L’apparition de packaging pour les produits est assez nouveau pour les birmans qui faisaient auparavant leurs emplettes au marché. De ce fait, les rues et routes sont jonchées de plastique. On ne peut pas leur reprocher car ils n’ont jamais été sensibilisés. L’enjeu est ici : sensibiliser mais aussi traiter les déchets. Le seul endroit où nous ayons vu des avertissements est à Bagan mais c’est un processus qui prendra du temps.

Les élections en 2015 auront-elles un effet bénéfique entre oppressions des musulmans, guérillas armées et régime autoritaire? Aung San Suu Kyi oeuvre depuis de nombreuses années pour mettre la Birmanie sur de bons rails mais ne pourra surement pas se présenter directement compte tenu des origines étrangères de ses enfants. L’ironie du sort, cette loi a été mise en place par son père. Un processus qui sera dans tous les cas très long. On compte sur la nouvelle génération d’étudiants qui n’hésitent pas à sortir dans la rue pour protester.

De nombreuses personnes s’interrogent sur leur venue ou non en Birmanie afin d’éviter de participer à l’économie de la junte militaire. Notre réponse sera nette et sans bavure : il faut y aller absolument!! Il faut y aller car la première victime est le peuple birman qui est un des plus accueillants et chaleureux.  Certes vous ne passerez pas à côté du fait de donner de l’argent à la junte (même indirectement) mais il ne faut pas les délaisser et les isoler du reste du monde comme ils l’ont été depuis 50 ans. Ne les soumettons pas à une double peine. Essayons juste de faire vivre les populations locales et d’être responsable en tant que visiteurs.

Nous ne critiquons pas le tourisme car nous faisons partie de celui-ci mais juste son côté parfois envahissant. A nous de ne pas le rendre ainsi. Oui il est trop tard car les Tour Operator se sont emparés de la destination à coup de séjours bien ficelés mais non également, car il y a encore beaucoup à faire et à voir hors des sites touristiques dans ce pays qui vient de loin.

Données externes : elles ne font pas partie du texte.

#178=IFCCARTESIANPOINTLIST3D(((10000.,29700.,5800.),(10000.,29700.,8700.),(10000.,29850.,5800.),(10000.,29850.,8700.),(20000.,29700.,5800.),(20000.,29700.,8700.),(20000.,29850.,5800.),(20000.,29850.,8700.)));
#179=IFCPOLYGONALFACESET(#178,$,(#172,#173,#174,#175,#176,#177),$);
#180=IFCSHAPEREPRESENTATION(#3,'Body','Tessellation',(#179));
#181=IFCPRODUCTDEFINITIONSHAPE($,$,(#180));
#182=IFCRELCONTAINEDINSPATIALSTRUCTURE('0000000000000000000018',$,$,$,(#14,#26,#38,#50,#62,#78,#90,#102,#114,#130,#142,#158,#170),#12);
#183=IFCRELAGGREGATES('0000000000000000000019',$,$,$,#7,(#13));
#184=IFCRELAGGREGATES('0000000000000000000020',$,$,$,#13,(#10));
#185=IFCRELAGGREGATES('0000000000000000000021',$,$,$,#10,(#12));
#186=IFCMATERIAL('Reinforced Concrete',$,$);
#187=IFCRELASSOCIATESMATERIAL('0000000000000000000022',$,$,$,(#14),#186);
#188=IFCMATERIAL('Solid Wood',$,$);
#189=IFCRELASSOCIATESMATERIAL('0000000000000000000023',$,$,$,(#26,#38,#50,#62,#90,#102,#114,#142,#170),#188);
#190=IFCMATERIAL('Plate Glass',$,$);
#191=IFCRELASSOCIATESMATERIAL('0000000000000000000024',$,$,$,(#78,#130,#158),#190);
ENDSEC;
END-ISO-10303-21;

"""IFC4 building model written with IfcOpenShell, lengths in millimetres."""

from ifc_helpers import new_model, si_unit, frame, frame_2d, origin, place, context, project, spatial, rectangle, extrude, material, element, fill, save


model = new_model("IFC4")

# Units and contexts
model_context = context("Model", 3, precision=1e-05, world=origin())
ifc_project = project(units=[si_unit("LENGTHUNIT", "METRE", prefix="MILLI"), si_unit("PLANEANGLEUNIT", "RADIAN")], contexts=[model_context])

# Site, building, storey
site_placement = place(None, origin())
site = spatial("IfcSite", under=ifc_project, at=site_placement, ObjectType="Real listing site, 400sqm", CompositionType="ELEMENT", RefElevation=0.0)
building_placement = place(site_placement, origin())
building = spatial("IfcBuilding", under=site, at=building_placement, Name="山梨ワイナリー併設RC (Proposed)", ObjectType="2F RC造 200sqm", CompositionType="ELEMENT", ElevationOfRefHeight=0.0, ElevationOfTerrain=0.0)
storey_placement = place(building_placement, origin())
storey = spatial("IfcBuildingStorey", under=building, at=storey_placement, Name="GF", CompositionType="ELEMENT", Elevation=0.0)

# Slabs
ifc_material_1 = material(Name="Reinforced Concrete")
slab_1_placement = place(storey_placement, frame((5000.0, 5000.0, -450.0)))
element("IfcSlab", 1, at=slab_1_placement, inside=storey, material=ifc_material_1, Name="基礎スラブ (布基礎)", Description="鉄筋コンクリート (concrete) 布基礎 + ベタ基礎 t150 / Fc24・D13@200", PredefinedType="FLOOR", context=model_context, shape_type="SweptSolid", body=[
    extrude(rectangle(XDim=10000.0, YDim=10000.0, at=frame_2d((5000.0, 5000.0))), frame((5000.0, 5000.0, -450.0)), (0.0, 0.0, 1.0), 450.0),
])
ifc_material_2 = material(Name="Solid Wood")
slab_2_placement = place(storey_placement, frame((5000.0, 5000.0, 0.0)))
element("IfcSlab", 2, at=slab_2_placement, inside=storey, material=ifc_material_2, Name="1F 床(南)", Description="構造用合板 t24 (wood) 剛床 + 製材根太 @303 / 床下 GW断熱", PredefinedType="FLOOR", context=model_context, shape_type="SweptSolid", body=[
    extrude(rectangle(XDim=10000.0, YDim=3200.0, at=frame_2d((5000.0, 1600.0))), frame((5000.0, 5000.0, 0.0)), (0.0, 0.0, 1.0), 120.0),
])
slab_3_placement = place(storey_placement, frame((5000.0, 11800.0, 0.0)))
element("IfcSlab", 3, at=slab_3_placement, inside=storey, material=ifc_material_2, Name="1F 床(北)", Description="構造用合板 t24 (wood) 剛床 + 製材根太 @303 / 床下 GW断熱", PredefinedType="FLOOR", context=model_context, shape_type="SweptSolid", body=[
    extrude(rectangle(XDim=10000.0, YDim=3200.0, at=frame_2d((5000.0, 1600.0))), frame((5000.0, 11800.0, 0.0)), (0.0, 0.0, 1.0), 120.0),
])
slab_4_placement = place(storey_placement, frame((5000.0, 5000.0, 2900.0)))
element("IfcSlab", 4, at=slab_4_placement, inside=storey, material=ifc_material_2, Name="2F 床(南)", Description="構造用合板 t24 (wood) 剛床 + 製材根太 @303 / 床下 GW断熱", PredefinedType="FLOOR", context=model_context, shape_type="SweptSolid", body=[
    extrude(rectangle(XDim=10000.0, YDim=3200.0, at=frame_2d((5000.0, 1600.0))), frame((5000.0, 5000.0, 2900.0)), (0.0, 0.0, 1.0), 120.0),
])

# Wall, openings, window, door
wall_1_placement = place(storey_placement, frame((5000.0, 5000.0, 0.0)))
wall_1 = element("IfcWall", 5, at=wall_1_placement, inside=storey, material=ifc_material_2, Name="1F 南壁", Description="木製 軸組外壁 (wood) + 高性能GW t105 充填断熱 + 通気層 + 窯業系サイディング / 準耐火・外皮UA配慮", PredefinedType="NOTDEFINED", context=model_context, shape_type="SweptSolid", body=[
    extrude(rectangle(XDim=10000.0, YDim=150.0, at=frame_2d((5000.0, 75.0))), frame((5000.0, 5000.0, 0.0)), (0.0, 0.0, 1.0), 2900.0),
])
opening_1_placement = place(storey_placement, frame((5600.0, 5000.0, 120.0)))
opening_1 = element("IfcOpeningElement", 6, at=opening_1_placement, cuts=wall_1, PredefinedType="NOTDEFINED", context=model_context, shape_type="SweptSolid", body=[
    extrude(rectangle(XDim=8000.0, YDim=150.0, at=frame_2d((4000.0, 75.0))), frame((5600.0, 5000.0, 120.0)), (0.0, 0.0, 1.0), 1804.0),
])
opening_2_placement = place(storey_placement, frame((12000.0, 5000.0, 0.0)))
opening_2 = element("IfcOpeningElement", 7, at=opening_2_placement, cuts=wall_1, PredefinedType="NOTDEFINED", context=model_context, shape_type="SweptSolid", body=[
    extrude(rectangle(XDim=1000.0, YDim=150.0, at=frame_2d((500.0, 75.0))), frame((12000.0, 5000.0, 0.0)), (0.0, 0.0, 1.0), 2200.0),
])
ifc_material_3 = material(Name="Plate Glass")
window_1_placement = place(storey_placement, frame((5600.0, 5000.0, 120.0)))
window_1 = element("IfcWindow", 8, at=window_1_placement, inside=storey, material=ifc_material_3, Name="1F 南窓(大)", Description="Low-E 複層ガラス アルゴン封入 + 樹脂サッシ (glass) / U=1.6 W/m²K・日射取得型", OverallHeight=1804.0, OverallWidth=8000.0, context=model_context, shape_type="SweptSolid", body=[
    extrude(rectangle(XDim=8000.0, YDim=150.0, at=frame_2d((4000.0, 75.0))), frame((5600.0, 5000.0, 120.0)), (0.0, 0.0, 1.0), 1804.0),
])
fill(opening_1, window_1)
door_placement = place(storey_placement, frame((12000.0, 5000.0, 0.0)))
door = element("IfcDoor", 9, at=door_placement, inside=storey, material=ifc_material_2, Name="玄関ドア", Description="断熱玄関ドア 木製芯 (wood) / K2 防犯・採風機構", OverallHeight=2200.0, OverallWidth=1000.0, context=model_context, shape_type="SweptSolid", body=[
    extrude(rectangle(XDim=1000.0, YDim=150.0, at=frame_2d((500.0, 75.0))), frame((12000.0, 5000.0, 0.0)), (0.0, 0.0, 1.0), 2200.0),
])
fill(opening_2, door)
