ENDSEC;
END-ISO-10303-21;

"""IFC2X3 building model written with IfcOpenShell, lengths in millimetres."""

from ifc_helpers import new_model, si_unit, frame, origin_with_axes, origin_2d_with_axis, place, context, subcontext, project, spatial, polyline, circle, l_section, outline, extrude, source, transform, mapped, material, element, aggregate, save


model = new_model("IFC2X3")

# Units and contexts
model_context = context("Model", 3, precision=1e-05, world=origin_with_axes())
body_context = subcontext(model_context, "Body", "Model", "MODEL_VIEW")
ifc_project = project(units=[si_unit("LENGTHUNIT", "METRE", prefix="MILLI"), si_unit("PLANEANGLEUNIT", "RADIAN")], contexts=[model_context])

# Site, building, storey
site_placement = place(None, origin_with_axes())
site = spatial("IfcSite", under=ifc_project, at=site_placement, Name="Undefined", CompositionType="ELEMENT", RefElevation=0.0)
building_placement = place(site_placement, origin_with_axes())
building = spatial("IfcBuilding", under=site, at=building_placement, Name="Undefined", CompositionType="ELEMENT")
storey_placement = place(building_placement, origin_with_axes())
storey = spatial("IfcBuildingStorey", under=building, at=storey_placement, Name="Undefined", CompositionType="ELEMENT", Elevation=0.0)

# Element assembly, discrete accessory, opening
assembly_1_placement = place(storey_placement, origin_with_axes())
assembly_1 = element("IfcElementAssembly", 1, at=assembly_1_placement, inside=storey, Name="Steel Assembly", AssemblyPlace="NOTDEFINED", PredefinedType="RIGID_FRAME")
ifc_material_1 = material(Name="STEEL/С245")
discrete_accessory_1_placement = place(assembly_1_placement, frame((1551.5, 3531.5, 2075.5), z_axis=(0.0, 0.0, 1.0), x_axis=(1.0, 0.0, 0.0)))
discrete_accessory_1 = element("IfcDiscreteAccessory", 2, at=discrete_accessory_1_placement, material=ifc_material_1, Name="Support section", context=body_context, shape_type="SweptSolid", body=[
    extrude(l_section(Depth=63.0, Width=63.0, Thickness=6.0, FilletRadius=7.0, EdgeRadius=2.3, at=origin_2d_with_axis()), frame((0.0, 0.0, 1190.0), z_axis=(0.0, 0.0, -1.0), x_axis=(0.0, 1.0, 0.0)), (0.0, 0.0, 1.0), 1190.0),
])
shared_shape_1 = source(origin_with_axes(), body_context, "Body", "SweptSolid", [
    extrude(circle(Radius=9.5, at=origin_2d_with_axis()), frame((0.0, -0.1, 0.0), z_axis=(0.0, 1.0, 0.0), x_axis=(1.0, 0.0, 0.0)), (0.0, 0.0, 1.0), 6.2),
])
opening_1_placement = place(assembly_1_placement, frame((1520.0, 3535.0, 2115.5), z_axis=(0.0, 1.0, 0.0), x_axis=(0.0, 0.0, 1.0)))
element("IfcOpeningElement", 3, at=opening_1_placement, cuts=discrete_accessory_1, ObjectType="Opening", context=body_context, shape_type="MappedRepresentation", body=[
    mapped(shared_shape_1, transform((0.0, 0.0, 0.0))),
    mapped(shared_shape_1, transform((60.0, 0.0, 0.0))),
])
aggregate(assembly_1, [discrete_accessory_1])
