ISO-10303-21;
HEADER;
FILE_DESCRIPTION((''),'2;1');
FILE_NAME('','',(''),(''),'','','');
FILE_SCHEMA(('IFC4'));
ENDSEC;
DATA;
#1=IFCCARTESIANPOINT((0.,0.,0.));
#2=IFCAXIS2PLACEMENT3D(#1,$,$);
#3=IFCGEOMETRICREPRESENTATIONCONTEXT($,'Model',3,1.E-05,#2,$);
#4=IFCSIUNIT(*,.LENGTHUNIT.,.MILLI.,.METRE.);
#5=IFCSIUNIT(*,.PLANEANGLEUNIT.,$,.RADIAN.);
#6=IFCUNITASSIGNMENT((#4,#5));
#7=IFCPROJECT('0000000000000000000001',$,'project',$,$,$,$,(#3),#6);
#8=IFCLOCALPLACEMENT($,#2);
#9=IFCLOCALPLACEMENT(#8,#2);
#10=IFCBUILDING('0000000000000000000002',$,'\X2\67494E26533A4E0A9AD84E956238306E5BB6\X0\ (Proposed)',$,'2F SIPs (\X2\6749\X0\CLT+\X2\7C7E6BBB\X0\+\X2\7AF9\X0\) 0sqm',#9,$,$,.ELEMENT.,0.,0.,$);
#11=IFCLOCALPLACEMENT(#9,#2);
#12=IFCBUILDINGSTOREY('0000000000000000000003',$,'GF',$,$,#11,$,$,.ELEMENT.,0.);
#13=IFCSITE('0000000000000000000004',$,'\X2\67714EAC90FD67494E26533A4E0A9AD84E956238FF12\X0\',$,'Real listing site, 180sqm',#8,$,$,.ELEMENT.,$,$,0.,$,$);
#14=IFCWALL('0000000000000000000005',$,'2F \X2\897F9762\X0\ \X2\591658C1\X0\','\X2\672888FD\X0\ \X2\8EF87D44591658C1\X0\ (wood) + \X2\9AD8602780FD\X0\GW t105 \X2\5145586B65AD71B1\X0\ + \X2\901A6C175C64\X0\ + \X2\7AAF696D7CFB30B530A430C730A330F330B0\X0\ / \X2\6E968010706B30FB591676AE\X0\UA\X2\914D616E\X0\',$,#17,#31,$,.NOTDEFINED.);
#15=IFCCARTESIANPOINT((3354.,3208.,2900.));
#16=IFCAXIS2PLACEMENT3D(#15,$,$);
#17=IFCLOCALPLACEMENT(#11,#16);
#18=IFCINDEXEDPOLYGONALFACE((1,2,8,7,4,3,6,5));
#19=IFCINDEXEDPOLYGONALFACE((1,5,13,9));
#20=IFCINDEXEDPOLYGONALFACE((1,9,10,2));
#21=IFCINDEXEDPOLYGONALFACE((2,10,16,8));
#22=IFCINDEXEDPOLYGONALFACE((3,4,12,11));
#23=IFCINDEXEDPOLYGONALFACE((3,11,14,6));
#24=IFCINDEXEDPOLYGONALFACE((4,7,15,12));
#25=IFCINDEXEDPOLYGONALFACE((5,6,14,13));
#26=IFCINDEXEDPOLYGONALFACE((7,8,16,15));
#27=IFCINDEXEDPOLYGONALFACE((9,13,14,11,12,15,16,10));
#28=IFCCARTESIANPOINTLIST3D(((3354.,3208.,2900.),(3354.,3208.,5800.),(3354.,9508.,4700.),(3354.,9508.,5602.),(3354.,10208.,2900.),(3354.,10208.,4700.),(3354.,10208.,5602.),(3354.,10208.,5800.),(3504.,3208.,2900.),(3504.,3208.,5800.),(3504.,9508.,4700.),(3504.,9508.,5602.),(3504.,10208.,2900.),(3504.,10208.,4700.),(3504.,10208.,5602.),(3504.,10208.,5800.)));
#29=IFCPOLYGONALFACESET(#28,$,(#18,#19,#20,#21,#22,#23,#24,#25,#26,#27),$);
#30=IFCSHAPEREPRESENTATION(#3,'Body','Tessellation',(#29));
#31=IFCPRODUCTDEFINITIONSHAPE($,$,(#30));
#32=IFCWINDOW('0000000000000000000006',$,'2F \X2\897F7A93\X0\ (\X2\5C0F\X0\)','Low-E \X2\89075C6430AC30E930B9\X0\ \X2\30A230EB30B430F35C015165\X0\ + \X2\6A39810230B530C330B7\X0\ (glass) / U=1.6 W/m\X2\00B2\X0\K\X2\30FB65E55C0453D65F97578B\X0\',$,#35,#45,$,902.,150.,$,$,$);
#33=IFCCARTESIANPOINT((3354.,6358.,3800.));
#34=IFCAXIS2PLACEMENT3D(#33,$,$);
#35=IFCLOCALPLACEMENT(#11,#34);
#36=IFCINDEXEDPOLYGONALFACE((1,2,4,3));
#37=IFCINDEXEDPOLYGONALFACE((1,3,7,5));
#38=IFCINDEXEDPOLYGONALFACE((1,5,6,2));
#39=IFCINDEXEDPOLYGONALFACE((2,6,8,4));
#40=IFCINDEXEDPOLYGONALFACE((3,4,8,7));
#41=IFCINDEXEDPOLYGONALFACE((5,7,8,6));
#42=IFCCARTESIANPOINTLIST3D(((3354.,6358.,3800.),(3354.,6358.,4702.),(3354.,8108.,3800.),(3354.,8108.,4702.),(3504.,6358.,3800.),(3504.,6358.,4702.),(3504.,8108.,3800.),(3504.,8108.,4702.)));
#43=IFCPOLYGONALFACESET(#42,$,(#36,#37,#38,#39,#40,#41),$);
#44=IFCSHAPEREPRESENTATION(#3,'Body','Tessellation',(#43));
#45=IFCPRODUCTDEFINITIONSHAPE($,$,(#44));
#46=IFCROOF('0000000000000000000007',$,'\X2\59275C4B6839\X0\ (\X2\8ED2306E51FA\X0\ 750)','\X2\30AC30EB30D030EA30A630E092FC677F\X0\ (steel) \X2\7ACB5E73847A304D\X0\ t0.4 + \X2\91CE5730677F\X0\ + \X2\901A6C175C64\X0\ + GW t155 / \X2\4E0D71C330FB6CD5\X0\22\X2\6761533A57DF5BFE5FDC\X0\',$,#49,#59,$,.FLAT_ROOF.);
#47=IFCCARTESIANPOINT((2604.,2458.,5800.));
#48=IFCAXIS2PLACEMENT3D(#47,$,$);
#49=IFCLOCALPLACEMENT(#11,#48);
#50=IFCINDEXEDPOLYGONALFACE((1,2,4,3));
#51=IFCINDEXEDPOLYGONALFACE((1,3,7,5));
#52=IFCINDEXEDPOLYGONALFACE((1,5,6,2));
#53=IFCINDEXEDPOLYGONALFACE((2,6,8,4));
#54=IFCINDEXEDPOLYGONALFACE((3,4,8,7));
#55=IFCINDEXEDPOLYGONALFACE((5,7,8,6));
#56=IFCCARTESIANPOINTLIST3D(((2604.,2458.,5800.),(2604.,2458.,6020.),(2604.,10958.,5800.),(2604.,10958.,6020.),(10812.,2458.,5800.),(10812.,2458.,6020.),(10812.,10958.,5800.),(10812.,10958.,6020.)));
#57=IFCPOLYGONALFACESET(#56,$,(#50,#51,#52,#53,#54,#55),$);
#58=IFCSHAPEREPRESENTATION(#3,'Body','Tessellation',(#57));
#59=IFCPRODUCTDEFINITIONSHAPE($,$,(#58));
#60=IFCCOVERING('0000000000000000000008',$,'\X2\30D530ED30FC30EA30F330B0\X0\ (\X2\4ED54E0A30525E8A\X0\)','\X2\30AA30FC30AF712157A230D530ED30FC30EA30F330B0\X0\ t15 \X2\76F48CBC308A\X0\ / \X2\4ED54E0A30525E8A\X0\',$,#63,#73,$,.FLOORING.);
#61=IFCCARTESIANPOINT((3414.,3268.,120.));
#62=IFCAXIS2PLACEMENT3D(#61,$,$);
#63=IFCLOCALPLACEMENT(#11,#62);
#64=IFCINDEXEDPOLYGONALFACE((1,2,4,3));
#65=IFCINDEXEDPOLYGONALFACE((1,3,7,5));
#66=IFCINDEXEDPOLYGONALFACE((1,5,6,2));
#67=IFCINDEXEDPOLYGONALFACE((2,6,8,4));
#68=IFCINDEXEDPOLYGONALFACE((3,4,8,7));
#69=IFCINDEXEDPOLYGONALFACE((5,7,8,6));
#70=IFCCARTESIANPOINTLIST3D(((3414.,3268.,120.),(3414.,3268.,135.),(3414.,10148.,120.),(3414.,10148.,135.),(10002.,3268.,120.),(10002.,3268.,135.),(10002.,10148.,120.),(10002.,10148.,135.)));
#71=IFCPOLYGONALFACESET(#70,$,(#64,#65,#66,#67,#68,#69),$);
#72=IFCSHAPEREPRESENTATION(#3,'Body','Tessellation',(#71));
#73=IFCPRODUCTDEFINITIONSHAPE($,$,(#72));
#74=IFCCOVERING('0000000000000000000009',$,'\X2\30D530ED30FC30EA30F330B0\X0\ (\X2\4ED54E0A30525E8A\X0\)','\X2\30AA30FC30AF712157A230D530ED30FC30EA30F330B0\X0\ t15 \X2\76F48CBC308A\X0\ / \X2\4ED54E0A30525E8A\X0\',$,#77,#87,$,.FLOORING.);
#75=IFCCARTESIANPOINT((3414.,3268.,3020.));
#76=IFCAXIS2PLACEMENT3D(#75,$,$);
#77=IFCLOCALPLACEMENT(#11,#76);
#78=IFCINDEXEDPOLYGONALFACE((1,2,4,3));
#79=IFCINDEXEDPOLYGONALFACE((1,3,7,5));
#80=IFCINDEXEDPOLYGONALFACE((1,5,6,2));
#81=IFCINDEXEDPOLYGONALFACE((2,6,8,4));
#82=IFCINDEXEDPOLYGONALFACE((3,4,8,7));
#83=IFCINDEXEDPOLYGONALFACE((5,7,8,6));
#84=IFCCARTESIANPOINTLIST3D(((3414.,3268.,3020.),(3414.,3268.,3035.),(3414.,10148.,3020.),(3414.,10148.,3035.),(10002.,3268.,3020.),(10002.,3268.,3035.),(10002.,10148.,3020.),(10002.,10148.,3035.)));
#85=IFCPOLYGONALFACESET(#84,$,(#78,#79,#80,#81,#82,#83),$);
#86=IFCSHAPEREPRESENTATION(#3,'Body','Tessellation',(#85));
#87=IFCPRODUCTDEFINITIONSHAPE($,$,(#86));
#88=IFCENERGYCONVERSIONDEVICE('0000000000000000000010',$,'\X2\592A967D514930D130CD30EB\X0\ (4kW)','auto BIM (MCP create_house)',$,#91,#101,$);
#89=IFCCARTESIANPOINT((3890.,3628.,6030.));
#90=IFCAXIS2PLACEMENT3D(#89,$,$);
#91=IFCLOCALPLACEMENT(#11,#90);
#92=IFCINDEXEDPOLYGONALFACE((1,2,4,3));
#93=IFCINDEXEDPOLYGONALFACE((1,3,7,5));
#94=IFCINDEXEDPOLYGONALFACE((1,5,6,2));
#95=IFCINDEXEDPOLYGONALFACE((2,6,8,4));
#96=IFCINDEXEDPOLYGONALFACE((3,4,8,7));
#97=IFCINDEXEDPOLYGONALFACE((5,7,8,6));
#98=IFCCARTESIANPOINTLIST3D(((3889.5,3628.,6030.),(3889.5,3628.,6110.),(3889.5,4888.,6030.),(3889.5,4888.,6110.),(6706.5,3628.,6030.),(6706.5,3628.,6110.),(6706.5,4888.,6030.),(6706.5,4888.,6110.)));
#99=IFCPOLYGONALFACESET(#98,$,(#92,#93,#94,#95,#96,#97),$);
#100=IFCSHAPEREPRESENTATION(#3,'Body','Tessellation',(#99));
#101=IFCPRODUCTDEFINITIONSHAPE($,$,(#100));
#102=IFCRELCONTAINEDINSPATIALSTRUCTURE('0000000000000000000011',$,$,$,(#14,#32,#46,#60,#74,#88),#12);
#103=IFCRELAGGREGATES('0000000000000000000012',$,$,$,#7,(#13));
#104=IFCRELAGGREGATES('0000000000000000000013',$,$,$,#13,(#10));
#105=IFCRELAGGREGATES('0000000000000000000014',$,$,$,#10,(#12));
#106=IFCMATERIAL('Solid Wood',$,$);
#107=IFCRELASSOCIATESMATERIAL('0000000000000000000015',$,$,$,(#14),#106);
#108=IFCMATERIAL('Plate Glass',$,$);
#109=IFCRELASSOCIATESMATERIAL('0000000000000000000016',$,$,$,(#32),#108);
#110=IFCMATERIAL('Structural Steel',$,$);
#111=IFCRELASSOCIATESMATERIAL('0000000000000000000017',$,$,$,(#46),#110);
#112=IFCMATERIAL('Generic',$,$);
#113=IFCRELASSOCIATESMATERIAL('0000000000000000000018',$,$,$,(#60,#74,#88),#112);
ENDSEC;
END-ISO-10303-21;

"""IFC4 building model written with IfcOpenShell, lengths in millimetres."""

from ifc_helpers import new_model, si_unit, frame, frame_2d, origin, place, context, project, spatial, rectangle, extrude, material, element, fill, save


model = new_model("IFC4")

# Units and contexts
model_context = context("Model", 3, precision=1e-05, world=origin())
ifc_project = project(units=[si_unit("LENGTHUNIT", "METRE", prefix="MILLI"), si_unit("PLANEANGLEUNIT", "RADIAN")], contexts=[model_context])

# Site, building, storey
site_placement = place(None, origin())
site = spatial("IfcSite", under=ifc_project, at=site_placement, Name="東京都杉並区上高井戸２", ObjectType="Real listing site, 180sqm", CompositionType="ELEMENT", RefElevation=0.0)
building_placement = place(site_placement, origin())
building = spatial("IfcBuilding", under=site, at=building_placement, Name="杉並区上高井戸の家 (Proposed)", ObjectType="2F SIPs (杉CLT+籾殻+竹) 0sqm", CompositionType="ELEMENT", ElevationOfRefHeight=0.0, ElevationOfTerrain=0.0)
storey_placement = place(building_placement, origin())
storey = spatial("IfcBuildingStorey", under=building, at=storey_placement, Name="GF", CompositionType="ELEMENT", Elevation=0.0)

# Shared definitions
ifc_material_1 = material(Name="Solid Wood")

# Shared definitions
ifc_material_2 = material(Name="Plate Glass")

# Wall, opening, window
wall_1_placement = place(storey_placement, frame((3354.0, 3208.0, 2900.0)))
wall_1 = element("IfcWall", 1, at=wall_1_placement, inside=storey, material=ifc_material_1, Name="2F 西面 外壁", Description="木製 軸組外壁 (wood) + 高性能GW t105 充填断熱 + 通気層 + 窯業系サイディング / 準耐火・外皮UA配慮", PredefinedType="NOTDEFINED", context=model_context, shape_type="SweptSolid", body=[
    extrude(rectangle(XDim=150.0, YDim=7000.0, at=frame_2d((75.0, 3500.0))), frame((3354.0, 3208.0, 2900.0)), (0.0, 0.0, 1.0), 2900.0),
])
opening_1_placement = place(storey_placement, frame((3354.0, 6358.0, 3800.0)))
opening_1 = element("IfcOpeningElement", 2, at=opening_1_placement, cuts=wall_1, PredefinedType="NOTDEFINED", context=model_context, shape_type="SweptSolid", body=[
    extrude(rectangle(XDim=150.0, YDim=1750.0, at=frame_2d((75.0, 875.0))), frame((3354.0, 6358.0, 3800.0)), (0.0, 0.0, 1.0), 902.0),
])
window_1_placement = place(storey_placement, frame((3354.0, 6358.0, 3800.0)))
window_1 = element("IfcWindow", 3, at=window_1_placement, inside=storey, material=ifc_material_2, Name="2F 西窓 (小)", Description="Low-E 複層ガラス アルゴン封入 + 樹脂サッシ (glass) / U=1.6 W/m²K・日射取得型", OverallHeight=902.0, OverallWidth=150.0, context=model_context, shape_type="SweptSolid", body=[
    extrude(rectangle(XDim=150.0, YDim=1750.0, at=frame_2d((75.0, 875.0))), frame((3354.0, 6358.0, 3800.0)), (0.0, 0.0, 1.0), 902.0),
])
fill(opening_1, window_1)

# Roof
ifc_material_3 = material(Name="Structural Steel")
roof_placement = place(storey_placement, frame((2604.0, 2458.0, 5800.0)))
element("IfcRoof", 4, at=roof_placement, inside=storey, material=ifc_material_3, Name="大屋根 (軒の出 750)", Description="ガルバリウム鋼板 (steel) 立平葺き t0.4 + 野地板 + 通気層 + GW t155 / 不燃・法22条区域対応", PredefinedType="FLAT_ROOF", context=model_context, shape_type="SweptSolid", body=[
    extrude(rectangle(XDim=8208.0, YDim=8500.0, at=frame_2d((4104.0, 4250.0))), frame((2604.0, 2458.0, 5800.0)), (0.0, 0.0, 1.0), 220.0),
])

# Coverings
ifc_material_4 = material(Name="Generic")
covering_1_placement = place(storey_placement, frame((3414.0, 3268.0, 120.0)))
element("IfcCovering", 5, at=covering_1_placement, inside=storey, material=ifc_material_4, Name="フローリング (仕上げ床)", Description="オーク無垢フローリング t15 直貼り / 仕上げ床", PredefinedType="FLOORING", context=model_context, shape_type="SweptSolid", body=[
    extrude(rectangle(XDim=6588.0, YDim=6880.0, at=frame_2d((3294.0, 3440.0))), frame((3414.0, 3268.0, 120.0)), (0.0, 0.0, 1.0), 15.0),
])
covering_2_placement = place(storey_placement, frame((3414.0, 3268.0, 3020.0)))
element("IfcCovering", 6, at=covering_2_placement, inside=storey, material=ifc_material_4, Name="フローリング (仕上げ床)", Description="オーク無垢フローリング t15 直貼り / 仕上げ床", PredefinedType="FLOORING", context=model_context, shape_type="SweptSolid", body=[
    extrude(rectangle(XDim=6588.0, YDim=6880.0, at=frame_2d((3294.0, 3440.0))), frame((3414.0, 3268.0, 3020.0)), (0.0, 0.0, 1.0), 15.0),
])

Moine en plein apprentissage

Cet article a été écrit en 2015. A l’heure où vous lisez celui-ci des choses ont surement évolué de manière positive ou négative.

Début 2016, le gouvernement décide de fermer l’accès aux temples sauf pour 5 (source). En Mars 2016, Htin Kyaw proche d’Aung San Suu Kyi est élu Président de la Birmanie (source).